Intrigued by the suggested affinities with Miller's Opus Pistorum, I got my hands on this little local novel that from the cover seems more like a glossy erotic melodrama... if it weren’t for that green cucumber appearing down there. Cucumber which then — in the sixth chapter — becomes the protagonist of one of the many sequences on the edge of pornography that this story offers.
Yes. Because here eroticism truly overlaps with the most explicit pornography, though supported and somehow ennobled by a witty and cultured writing style and by a series of characters and situations that indeed somewhat resemble Alf from Opus Pistorum. Modernized and set in the digital era, yet still idle and bohemian, daily worried by his pyrotechnic relationships with women at the expense of the precariousness of his existence.
Ultimately a tasty read, sometimes humorous, light-hearted even when it goes heavy-handed in describing minutely (and brazenly) sex scenes. Rede Rocca writes well, especially evident in the dialogues; but also in certain sudden poetic glimpses that describe late summer skies and atmospheres. Therefore, pseudo-porn with an underlying novelistic tone that makes the over two hundred pages very enjoyable.
The story is narrated in the first person and in the present, like a real-time chronicle of a handful of intensely packed days that summarize the existential framework of the protagonist: accommodating friends always in heat, adventurous evenings on the coast, hangover awakenings alternating with picturesque neighborhood scenes. Obviously, without any pretensions of content. Even less pretentious morally or philosophically, if only because the characters live their lives putting their instincts at stake. And many details that for a moment seem to open new narrative references, then remain suggested to leave space mostly for sensational romps.

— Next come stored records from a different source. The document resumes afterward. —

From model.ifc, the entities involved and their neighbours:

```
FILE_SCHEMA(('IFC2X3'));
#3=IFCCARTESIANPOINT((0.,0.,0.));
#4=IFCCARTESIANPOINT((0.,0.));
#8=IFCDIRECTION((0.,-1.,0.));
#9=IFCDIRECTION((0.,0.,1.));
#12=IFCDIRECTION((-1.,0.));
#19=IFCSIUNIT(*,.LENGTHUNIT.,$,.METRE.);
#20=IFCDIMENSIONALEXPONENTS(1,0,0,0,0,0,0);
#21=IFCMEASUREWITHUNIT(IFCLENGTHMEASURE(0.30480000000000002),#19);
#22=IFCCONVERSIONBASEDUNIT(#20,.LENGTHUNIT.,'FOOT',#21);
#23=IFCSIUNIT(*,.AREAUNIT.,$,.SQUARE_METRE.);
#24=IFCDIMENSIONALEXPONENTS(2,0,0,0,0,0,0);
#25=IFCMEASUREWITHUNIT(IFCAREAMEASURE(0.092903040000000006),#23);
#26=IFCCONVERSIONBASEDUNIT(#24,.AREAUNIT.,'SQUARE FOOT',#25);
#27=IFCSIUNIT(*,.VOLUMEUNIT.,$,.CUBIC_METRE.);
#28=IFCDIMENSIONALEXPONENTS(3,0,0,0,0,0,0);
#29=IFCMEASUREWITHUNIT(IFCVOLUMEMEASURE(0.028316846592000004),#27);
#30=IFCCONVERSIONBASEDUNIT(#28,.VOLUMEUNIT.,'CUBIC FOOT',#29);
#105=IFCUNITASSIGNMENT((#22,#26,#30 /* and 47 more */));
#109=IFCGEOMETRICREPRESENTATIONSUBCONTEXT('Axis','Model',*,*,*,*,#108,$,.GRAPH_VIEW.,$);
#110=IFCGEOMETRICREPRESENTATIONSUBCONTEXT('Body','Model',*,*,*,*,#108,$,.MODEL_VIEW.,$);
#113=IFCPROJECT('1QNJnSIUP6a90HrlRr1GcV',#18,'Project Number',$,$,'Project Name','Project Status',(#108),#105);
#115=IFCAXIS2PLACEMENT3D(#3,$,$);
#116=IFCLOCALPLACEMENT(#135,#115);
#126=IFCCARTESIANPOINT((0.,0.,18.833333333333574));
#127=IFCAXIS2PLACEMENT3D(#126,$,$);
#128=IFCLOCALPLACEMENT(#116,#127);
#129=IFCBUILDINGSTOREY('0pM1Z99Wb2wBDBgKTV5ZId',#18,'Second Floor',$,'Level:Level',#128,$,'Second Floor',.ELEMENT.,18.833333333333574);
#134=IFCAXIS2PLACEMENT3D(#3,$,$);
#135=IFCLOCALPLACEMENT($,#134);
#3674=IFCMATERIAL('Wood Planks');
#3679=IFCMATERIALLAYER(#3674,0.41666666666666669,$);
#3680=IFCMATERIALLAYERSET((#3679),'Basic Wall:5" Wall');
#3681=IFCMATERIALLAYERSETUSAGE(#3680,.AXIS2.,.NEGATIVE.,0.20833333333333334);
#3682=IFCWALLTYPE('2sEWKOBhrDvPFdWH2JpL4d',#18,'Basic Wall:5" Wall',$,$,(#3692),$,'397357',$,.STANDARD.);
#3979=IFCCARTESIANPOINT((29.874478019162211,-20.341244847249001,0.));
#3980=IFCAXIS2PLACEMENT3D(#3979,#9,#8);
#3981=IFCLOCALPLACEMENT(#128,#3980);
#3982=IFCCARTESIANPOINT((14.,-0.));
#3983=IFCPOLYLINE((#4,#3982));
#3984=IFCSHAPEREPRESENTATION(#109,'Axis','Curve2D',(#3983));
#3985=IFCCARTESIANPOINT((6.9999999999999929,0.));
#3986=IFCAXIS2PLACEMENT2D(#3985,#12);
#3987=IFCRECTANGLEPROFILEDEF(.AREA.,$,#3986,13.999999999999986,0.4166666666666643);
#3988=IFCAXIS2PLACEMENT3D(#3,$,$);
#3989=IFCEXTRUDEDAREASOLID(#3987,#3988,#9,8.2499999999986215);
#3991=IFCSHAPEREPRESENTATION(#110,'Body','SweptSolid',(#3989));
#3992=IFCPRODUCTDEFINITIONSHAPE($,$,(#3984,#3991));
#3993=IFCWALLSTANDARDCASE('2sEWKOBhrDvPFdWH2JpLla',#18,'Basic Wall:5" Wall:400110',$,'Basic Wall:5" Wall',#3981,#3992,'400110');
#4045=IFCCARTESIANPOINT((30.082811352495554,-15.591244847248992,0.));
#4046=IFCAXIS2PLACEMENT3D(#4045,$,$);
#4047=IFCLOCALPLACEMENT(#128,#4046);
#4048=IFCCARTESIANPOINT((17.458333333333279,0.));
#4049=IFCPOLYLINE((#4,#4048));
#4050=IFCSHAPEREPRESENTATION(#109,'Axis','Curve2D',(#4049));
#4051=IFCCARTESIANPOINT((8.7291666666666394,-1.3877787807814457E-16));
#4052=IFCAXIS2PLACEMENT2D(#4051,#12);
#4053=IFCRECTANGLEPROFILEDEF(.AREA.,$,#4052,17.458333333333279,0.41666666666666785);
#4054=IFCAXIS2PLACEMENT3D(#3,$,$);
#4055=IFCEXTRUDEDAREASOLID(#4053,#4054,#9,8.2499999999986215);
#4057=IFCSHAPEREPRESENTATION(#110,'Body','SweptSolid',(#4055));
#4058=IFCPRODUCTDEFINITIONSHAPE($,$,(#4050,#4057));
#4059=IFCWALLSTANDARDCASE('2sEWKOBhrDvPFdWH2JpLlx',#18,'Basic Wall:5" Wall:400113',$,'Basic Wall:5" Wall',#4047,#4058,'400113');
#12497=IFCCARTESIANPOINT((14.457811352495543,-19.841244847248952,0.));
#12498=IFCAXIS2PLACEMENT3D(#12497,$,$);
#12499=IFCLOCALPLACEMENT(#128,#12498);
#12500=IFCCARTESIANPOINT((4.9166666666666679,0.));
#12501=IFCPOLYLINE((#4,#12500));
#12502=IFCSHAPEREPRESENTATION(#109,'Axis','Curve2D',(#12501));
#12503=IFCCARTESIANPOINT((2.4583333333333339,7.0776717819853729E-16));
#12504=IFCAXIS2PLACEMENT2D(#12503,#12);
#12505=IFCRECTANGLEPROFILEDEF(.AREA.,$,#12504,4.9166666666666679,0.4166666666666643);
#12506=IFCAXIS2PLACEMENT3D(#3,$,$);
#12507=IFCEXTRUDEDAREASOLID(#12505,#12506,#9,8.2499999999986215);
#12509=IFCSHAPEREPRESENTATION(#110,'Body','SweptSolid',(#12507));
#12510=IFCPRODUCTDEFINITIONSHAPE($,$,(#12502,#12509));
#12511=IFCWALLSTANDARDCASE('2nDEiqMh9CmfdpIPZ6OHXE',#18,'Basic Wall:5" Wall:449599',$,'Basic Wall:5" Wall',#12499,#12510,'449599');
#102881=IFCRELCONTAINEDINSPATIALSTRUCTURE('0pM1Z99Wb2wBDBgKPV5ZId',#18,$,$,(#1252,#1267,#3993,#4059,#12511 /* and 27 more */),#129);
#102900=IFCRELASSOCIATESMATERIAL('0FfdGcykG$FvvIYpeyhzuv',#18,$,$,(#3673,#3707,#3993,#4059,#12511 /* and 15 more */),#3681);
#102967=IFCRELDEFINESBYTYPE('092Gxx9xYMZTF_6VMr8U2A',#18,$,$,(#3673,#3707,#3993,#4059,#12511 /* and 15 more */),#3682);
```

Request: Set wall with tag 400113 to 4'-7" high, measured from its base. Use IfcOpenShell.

```python
import ifcopenshell
import ifcopenshell.geom
import ifcopenshell.util.representation
import ifcopenshell.util.shape
import ifcopenshell.util.unit

model = ifcopenshell.open("model.ifc")
unit_scale = ifcopenshell.util.unit.calculate_unit_scale(model)
settings = ifcopenshell.geom.settings()


def volume(element):
    """Net volume in cubic metres, openings subtracted."""
    shape = ifcopenshell.geom.create_shape(settings, element)
    return ifcopenshell.util.shape.get_volume(shape.geometry)


wall = model.by_guid("2sEWKOBhrDvPFdWH2JpLlx")
before = volume(wall)

body = ifcopenshell.util.representation.get_representation(wall, "Model", "Body")
solid = body.Items[0]
old_height = solid.Depth
solid.Depth = 55 * 0.0254 / unit_scale
after = volume(wall)

print(f"height {old_height:g} -> {solid.Depth:g}, volume {before:.3f} -> {after:.3f} m3")

model.write("model_rev.ifc")
```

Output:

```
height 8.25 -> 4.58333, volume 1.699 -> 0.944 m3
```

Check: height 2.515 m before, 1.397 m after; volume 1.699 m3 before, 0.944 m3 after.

Interesting perhaps for the reader to draw conclusions about the zeitgeist; that in light of a sexuality increasingly tied to technology and exacerbated by the web and smartphones, here remains pleasurable and tangible as in the Millerian novels, indeed. Or as in the erotic tales of past centuries. There's little technology, virtually none. Computers and phones appear just for their basic functions, but for the rest, it’s real and pure carnality.
Thinking that today erotic literature is represented by stuff like Fifty Shades of Grey, a book like "Voce del Verbo Venire" is most welcome. Pure entertainment based on a libertinism that today seems to have been lost.